→ WHAT THE TASK REQUIRES
Your answer must be every line of the data that holds the string "中庭南窓".

→ DATASET RECORDS
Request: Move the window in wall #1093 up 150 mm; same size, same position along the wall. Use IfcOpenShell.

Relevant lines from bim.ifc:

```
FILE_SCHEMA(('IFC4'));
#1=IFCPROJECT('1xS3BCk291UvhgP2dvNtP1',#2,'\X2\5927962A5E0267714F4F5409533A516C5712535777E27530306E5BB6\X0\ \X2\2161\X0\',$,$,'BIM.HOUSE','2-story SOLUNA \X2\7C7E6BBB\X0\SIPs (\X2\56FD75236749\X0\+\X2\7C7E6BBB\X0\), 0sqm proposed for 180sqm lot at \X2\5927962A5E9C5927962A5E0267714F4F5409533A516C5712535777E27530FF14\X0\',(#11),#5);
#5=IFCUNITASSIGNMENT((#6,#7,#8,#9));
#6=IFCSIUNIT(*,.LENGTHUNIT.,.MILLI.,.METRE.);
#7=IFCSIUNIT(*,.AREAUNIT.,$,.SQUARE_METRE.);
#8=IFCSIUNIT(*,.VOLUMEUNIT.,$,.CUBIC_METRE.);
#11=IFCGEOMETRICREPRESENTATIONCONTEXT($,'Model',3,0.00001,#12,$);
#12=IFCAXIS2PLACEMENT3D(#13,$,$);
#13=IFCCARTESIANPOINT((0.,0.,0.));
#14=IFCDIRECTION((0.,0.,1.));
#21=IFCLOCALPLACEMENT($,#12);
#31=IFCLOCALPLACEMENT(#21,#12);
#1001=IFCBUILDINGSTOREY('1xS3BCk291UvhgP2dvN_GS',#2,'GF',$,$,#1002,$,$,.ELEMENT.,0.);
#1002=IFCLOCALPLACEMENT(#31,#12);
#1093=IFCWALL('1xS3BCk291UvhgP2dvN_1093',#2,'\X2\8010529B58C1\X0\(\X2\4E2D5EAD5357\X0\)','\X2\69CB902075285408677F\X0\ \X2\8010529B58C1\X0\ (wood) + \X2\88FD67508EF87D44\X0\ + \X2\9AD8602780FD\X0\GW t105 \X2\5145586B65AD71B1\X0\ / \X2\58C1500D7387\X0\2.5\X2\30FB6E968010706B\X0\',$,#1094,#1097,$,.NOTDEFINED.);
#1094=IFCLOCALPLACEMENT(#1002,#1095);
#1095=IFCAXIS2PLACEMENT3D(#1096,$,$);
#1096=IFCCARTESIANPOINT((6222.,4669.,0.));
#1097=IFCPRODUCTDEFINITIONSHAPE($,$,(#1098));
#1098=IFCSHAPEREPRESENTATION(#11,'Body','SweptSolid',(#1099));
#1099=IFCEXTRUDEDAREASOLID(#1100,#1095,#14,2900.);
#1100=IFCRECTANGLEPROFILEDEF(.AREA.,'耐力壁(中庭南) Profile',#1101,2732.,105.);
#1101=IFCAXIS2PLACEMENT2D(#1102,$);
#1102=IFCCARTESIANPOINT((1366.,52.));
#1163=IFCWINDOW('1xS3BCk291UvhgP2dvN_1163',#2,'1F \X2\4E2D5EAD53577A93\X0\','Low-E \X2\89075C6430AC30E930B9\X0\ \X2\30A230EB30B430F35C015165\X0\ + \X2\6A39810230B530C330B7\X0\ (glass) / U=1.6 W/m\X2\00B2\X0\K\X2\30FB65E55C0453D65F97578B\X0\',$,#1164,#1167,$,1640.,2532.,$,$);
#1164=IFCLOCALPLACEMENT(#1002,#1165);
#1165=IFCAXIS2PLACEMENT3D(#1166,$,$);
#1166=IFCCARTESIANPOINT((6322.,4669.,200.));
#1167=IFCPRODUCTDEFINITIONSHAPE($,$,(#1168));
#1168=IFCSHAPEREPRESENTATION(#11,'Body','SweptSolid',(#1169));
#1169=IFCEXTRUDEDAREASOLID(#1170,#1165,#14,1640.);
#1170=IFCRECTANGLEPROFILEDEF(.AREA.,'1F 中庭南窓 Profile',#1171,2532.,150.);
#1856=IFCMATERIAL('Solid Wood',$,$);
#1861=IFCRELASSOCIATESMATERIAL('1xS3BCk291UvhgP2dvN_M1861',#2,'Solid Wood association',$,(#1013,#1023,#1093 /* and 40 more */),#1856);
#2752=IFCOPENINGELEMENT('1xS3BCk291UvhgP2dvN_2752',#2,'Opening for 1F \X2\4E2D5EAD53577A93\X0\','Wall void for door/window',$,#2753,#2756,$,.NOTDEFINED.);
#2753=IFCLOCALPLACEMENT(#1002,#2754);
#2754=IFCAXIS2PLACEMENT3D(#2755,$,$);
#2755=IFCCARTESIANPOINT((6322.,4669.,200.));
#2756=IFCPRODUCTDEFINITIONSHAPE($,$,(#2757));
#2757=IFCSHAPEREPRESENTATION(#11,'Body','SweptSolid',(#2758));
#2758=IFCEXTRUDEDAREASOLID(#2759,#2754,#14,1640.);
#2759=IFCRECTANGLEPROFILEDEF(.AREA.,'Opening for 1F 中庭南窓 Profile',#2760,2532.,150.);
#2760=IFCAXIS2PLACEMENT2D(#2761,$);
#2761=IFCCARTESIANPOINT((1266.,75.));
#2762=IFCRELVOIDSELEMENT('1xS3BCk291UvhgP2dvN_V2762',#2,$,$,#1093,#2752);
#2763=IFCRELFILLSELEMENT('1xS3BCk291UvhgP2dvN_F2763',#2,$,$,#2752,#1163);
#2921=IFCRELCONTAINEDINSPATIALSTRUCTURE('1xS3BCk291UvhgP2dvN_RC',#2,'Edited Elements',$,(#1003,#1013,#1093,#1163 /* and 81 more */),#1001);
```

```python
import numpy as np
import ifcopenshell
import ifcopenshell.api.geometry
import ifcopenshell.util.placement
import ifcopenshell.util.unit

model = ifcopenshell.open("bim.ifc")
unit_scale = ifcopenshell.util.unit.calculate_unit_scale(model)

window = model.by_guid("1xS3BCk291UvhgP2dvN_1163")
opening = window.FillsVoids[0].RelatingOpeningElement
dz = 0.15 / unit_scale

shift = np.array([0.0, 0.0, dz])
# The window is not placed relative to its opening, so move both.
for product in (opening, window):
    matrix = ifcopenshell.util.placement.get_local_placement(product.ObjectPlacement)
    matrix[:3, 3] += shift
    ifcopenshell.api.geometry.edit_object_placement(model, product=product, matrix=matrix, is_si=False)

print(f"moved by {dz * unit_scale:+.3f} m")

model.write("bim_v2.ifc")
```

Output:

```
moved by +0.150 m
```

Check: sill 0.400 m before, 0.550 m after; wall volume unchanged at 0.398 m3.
* * *
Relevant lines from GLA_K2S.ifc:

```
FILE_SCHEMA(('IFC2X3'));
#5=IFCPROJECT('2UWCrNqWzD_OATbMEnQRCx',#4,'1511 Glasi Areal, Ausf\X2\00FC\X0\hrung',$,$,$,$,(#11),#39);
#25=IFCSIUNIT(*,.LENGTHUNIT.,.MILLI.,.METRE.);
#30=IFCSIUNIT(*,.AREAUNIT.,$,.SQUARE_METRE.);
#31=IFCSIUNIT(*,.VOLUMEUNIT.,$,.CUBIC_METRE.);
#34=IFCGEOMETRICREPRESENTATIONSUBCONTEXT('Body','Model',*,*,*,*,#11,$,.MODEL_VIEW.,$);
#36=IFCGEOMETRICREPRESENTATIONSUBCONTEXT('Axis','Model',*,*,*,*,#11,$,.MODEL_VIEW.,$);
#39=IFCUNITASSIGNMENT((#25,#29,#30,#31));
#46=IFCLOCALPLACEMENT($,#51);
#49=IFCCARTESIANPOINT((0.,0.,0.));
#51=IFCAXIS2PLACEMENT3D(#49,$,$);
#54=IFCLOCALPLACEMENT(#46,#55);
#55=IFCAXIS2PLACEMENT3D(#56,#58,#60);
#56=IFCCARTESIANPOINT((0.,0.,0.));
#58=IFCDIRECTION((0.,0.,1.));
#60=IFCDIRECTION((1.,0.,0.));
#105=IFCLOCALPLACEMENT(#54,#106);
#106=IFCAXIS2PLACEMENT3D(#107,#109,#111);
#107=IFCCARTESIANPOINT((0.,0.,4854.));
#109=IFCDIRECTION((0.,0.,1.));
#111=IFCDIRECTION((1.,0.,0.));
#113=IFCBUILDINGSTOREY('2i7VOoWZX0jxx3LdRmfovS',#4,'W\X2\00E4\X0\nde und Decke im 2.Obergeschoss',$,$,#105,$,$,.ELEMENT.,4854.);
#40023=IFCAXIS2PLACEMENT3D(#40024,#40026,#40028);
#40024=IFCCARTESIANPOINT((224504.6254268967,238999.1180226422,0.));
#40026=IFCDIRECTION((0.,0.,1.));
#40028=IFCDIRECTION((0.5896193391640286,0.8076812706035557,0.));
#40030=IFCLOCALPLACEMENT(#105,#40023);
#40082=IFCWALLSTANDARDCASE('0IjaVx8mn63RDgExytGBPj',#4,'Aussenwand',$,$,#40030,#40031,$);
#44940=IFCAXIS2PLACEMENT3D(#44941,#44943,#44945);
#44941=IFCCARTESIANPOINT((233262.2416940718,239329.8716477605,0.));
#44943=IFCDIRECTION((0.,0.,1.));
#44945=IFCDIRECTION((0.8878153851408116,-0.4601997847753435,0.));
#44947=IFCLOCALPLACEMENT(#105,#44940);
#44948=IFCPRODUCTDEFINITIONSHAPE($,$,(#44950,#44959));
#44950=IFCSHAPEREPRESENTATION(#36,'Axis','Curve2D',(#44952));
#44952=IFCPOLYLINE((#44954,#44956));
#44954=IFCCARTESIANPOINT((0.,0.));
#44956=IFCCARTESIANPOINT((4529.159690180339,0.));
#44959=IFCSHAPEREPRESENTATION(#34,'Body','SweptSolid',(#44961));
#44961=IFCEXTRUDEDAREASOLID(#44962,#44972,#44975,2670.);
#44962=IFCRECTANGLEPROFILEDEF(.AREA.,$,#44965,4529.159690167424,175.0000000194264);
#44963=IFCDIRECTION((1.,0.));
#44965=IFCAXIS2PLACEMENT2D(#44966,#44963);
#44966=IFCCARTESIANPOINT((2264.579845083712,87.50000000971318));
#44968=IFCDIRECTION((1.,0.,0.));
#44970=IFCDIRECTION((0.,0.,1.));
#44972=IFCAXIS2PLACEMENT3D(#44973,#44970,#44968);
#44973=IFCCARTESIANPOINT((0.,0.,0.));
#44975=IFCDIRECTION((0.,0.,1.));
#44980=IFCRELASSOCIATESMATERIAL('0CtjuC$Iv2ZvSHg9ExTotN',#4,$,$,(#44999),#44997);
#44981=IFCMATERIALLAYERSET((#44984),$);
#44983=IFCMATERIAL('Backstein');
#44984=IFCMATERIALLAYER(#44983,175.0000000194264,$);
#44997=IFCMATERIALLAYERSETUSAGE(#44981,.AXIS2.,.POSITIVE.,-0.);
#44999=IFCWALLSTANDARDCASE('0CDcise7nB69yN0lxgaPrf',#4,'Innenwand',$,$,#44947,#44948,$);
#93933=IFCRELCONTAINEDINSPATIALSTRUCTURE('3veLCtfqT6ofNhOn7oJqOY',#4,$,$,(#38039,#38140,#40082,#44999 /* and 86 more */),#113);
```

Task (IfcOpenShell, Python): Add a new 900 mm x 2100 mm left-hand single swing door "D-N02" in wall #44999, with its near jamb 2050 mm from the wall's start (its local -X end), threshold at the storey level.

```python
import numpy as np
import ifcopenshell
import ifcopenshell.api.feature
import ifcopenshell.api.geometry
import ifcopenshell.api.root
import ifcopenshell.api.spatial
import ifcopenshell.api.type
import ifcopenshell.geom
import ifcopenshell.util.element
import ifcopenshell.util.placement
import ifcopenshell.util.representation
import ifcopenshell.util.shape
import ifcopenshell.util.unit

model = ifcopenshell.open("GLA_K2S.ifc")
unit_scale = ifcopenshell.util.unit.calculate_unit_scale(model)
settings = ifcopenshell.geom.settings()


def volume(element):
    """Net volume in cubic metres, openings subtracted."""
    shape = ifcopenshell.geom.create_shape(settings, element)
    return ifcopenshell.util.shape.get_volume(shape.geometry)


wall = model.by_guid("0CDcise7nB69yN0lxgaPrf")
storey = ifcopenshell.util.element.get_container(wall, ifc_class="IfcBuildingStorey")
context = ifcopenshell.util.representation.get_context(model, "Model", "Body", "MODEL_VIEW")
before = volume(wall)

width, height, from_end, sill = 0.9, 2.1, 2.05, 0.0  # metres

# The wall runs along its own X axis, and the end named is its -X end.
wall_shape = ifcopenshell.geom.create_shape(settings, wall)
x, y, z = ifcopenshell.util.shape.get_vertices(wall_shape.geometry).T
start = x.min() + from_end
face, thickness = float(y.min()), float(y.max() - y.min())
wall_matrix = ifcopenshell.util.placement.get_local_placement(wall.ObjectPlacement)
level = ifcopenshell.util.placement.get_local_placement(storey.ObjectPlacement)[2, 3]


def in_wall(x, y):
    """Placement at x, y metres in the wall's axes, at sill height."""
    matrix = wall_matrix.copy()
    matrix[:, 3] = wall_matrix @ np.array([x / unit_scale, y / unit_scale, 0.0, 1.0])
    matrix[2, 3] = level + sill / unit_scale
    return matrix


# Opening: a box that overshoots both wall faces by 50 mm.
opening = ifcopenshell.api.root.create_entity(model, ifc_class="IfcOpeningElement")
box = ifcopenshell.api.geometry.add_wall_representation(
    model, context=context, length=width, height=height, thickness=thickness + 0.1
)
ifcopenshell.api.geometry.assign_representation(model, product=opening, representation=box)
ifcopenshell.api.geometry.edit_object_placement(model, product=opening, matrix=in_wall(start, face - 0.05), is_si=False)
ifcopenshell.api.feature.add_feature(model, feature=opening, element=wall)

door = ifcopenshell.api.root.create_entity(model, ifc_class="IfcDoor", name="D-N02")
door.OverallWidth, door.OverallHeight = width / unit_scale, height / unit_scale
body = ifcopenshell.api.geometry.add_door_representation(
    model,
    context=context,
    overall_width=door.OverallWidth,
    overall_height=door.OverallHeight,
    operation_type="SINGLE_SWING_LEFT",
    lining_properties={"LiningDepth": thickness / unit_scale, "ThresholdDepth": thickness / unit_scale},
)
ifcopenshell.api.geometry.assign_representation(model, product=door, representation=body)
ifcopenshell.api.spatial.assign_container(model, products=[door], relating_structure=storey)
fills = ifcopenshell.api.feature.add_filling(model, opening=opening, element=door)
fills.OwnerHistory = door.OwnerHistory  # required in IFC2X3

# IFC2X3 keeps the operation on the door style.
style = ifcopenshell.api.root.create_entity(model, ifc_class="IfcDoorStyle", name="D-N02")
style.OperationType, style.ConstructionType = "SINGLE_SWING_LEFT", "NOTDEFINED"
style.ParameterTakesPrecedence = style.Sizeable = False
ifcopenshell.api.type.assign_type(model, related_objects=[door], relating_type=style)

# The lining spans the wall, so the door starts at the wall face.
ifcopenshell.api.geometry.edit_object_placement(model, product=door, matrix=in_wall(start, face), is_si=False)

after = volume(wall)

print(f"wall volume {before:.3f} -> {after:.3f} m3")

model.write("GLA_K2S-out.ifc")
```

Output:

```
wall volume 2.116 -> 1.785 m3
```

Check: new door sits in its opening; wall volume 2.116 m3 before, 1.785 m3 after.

→ TASK SOLUTION
#1170=IFCRECTANGLEPROFILEDEF(.AREA.,'1F 中庭南窓 Profile',#1171,2532.,150.);
#2759=IFCRECTANGLEPROFILEDEF(.AREA.,'Opening for 1F 中庭南窓 Profile',#2760,2532.,150.);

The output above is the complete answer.